All of which makes perfect sense when you learn that Midnight Star is the debut game from Industrial Toys, a studio set up by Alex Seropian, one of the founders of Bungie, and its design lead is Paul Bertone, someone who filled that same role on Halo 2 before becoming lead mission designer on Halo 3. This is a game with enviable heritage.
It's also one that's benefited from an enviable time in production, by mobile standards at least. You might, if your memory's sharp enough, remember Industrial Toys from when its formation was first announced at the start of 2012. It's been working on Midnight Star ever since.
"Well, we were aiming for a 2012 release," Seropian jokes over Skype. "Wait, is it 2015 now? What took so long!"
The answer, as art director Aaron Marroquin explains, is simply down to the moving goal-posts that come when developing for a platform that's constantly evolving. "During production we had the 4S, the 4 and the iPad 3. Then the 5 came out and we had to change the UI, and it impacted the layouts of the level, how far you can see left and right. As far as graphics go, a lot of the team hadn't developed for older consoles, like how you'd do that now - so we had to try and build next-gen content, but the way you'd do it for PlayStation 2."
"We got the game playable, with the controls that we have in there now, a while ago, so the fundamental core mechanics of the game have been working for quite a while," adds Seropian. "What we've spent most of the last year doing is polishing all the content, and putting in all the systems that we have so we can build a community.

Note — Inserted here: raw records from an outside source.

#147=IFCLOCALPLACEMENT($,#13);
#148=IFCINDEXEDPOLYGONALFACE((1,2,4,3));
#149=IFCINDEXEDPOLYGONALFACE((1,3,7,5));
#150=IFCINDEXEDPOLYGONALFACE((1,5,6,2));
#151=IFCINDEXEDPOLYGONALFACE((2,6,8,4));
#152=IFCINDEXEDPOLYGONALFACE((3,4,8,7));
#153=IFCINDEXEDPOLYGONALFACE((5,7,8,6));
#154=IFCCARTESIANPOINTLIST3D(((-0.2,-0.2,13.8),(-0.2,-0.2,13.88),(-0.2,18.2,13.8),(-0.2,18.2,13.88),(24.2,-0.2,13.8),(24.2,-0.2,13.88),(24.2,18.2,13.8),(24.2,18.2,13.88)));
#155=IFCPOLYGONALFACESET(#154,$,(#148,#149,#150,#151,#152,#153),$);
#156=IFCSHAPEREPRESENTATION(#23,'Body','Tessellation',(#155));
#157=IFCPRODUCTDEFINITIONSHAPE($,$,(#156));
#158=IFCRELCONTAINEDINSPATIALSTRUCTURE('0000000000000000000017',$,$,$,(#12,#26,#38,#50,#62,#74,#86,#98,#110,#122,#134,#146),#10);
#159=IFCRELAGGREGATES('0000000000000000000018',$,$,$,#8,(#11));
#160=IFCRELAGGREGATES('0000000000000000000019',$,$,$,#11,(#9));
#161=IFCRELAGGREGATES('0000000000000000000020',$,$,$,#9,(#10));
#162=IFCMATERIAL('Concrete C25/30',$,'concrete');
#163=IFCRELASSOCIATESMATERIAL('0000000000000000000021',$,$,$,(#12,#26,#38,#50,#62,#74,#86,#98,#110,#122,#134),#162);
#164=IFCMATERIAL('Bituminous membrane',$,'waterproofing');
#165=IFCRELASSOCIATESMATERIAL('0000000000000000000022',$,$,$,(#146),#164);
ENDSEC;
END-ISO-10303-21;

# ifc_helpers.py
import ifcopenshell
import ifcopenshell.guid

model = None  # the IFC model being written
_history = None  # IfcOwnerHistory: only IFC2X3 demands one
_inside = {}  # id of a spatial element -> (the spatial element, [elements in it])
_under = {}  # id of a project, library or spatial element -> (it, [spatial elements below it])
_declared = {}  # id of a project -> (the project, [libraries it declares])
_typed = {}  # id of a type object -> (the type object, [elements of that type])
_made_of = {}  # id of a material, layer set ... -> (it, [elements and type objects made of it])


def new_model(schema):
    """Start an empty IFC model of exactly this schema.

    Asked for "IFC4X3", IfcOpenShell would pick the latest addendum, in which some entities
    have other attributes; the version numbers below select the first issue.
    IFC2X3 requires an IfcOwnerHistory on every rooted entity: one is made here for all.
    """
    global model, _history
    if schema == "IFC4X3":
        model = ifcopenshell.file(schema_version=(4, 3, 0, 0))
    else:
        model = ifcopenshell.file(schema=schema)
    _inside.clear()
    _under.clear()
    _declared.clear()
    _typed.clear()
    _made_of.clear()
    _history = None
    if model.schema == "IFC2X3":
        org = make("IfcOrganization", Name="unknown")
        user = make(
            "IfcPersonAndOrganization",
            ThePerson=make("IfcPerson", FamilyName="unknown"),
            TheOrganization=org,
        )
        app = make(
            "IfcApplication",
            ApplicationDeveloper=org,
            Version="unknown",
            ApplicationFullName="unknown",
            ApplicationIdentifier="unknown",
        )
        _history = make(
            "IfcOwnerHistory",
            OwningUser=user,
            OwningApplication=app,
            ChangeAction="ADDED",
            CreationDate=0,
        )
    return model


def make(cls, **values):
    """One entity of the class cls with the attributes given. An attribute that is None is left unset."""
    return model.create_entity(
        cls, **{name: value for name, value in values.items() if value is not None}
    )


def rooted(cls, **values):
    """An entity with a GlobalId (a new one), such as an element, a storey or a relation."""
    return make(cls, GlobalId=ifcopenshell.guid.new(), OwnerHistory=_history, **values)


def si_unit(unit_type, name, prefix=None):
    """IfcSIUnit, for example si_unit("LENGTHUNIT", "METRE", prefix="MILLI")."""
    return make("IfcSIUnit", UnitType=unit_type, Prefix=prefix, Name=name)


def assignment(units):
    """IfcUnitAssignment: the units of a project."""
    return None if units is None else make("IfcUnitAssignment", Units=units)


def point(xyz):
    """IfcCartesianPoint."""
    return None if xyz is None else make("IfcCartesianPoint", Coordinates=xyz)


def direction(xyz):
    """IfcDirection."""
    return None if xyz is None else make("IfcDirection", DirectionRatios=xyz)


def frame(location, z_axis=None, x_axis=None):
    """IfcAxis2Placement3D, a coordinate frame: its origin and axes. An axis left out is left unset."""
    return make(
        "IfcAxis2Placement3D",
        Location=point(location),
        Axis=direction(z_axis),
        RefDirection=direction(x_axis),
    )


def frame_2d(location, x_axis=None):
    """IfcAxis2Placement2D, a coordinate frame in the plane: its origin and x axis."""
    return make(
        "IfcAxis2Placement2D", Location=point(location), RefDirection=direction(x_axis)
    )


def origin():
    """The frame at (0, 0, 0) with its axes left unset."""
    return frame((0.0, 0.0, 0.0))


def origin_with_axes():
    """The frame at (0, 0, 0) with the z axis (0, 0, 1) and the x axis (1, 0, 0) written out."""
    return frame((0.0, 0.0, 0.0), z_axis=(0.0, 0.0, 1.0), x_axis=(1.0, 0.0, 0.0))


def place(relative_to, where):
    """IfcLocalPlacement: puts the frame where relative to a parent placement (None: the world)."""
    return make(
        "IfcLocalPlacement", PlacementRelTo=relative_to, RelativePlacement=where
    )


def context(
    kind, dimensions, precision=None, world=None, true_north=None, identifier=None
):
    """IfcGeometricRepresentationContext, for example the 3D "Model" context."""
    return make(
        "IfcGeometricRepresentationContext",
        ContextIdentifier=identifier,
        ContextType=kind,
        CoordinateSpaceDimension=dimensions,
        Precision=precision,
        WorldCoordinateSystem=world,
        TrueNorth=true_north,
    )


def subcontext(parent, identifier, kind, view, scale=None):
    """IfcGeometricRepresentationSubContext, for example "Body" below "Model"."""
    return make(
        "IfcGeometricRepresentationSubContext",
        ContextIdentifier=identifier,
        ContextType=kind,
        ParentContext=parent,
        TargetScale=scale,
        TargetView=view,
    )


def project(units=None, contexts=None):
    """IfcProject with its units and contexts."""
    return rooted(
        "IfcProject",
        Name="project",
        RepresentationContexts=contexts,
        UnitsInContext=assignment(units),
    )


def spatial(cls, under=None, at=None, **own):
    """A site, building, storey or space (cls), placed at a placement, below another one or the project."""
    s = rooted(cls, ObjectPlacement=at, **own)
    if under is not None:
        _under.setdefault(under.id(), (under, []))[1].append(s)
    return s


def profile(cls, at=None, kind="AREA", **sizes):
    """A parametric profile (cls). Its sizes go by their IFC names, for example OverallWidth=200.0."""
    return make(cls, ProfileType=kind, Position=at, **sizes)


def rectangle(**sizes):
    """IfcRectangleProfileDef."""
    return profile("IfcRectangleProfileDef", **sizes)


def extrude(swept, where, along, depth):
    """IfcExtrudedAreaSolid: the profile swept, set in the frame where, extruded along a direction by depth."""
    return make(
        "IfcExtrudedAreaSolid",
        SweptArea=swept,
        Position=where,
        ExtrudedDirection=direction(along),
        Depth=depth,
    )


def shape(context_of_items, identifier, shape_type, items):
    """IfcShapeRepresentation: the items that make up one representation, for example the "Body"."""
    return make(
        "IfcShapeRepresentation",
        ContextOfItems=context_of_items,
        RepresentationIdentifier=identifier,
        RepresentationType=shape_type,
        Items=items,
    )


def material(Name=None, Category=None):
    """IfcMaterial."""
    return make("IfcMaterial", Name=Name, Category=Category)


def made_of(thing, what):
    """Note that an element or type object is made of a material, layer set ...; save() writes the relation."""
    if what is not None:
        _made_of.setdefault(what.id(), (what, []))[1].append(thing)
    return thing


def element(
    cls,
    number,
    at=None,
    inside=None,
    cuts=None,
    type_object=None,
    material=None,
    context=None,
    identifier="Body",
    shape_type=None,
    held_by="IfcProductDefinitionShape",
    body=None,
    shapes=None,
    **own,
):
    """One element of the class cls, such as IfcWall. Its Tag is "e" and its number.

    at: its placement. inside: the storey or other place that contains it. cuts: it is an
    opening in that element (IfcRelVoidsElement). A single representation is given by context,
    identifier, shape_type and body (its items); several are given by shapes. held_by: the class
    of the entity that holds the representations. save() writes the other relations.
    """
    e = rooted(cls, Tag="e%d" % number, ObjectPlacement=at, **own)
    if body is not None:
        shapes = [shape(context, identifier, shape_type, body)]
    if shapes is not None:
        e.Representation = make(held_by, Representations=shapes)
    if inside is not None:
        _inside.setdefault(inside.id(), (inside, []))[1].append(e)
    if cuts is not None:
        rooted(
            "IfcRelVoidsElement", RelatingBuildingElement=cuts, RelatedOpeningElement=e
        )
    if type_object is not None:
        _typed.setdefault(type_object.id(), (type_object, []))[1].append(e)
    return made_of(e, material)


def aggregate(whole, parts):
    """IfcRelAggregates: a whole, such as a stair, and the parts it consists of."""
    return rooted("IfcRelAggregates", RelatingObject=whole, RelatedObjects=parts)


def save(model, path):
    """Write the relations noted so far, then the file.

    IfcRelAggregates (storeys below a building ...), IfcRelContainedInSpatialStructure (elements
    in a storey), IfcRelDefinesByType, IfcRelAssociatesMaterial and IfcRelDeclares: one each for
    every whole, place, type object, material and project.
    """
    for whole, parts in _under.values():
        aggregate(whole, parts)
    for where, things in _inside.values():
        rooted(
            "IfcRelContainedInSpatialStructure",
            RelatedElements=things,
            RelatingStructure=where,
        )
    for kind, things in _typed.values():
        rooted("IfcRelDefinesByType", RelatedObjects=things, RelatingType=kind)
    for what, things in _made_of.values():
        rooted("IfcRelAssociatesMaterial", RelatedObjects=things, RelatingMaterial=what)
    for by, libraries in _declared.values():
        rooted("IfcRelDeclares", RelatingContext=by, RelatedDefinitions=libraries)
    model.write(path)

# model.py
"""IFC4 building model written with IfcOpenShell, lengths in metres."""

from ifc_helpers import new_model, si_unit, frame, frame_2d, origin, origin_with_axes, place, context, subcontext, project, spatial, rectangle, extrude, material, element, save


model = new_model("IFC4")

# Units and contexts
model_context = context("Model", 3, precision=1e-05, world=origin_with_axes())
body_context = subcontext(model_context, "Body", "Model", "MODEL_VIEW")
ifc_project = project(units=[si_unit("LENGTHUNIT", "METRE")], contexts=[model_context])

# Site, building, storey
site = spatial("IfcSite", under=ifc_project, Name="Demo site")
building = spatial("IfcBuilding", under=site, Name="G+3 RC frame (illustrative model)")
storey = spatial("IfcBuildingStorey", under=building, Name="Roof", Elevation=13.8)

The challenge system, our events system, all the trophies - we've got live leaderboards that we set every day, every week, every month, that hopefully will give people the incentive to play together. All of that, it takes a long time. It's the first time we've built that stuff on mobile."
As you'd expect from a game that's spent so long in gestation, Midnight Star is a polished affair, and one that, in its minute-to-minute action, is very pleasing to play. You swoop your sights around a screen that remains largely static, though you'll be ushered from set-piece to set-piece, and there's the ability to shift your view from left to right to deal with the ever escalating hordes. You can zoom in by pinching the screen, firing off headshots with satisfying ease, pausing briefly to reload or tapping the screen when the enemy gets too close to deliver a melee kill. Levels are short - they take two to three minutes to see through to the end, and checkpoints are typically around 30 seconds apart - all of which speaks to how it's been tailored for portable play.

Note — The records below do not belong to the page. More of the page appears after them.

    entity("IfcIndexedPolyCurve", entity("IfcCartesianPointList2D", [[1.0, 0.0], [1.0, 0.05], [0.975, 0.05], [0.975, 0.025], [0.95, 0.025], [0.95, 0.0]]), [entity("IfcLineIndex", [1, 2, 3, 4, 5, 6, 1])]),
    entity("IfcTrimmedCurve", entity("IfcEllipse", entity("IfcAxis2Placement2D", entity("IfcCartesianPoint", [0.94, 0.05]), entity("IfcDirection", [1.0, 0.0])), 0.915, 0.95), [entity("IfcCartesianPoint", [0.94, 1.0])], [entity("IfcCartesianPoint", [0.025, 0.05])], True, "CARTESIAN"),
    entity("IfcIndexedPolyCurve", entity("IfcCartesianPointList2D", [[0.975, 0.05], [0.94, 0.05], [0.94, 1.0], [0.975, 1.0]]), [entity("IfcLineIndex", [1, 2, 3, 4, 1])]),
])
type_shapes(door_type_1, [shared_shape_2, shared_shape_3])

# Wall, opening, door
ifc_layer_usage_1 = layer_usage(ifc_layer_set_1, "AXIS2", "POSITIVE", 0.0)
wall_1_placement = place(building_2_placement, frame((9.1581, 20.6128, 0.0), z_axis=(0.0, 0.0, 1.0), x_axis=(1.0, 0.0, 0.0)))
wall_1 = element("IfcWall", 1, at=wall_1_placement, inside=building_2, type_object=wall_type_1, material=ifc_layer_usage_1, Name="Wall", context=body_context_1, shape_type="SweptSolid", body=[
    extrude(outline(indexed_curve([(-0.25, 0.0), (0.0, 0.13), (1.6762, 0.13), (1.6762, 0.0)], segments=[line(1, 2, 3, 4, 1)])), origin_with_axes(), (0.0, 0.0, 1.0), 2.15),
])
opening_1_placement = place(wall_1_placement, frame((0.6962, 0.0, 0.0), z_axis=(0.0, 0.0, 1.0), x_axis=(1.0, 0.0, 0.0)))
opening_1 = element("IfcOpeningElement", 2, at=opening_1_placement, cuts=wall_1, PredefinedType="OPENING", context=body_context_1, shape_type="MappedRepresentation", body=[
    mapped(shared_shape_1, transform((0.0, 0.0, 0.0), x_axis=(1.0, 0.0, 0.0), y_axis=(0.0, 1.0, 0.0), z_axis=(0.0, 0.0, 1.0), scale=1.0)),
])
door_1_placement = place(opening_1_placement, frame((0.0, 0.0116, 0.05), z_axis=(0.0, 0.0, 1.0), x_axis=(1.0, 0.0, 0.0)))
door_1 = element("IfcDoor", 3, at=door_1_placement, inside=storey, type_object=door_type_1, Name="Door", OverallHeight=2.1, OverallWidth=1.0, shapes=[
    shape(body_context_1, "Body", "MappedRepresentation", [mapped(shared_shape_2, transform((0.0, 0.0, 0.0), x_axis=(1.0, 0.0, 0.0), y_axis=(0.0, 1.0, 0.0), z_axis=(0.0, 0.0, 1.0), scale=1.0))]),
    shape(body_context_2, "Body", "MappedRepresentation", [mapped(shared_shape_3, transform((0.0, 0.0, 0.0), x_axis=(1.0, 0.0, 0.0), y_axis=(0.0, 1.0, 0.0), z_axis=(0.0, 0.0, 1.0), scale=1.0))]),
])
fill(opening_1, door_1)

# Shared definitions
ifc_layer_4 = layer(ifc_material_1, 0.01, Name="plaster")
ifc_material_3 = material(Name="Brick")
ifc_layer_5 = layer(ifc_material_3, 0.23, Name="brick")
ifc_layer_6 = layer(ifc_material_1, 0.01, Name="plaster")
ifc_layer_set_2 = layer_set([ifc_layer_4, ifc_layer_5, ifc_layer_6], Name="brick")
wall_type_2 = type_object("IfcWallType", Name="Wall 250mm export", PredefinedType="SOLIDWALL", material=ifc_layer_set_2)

The core, then, works well. Beyond that, are systems that also speak to its platform, with new guns being activated after a timer and a tangle of currencies that feed into upgrades and unlocks. There are in-app purchases, too - this is, after all, a free-to-play game - and at present you're funnelled toward them at most given opportunities. This is a shooter that's playing for a core audience, yet at present it's leaning very heavily on the one thing that audience vocally detests.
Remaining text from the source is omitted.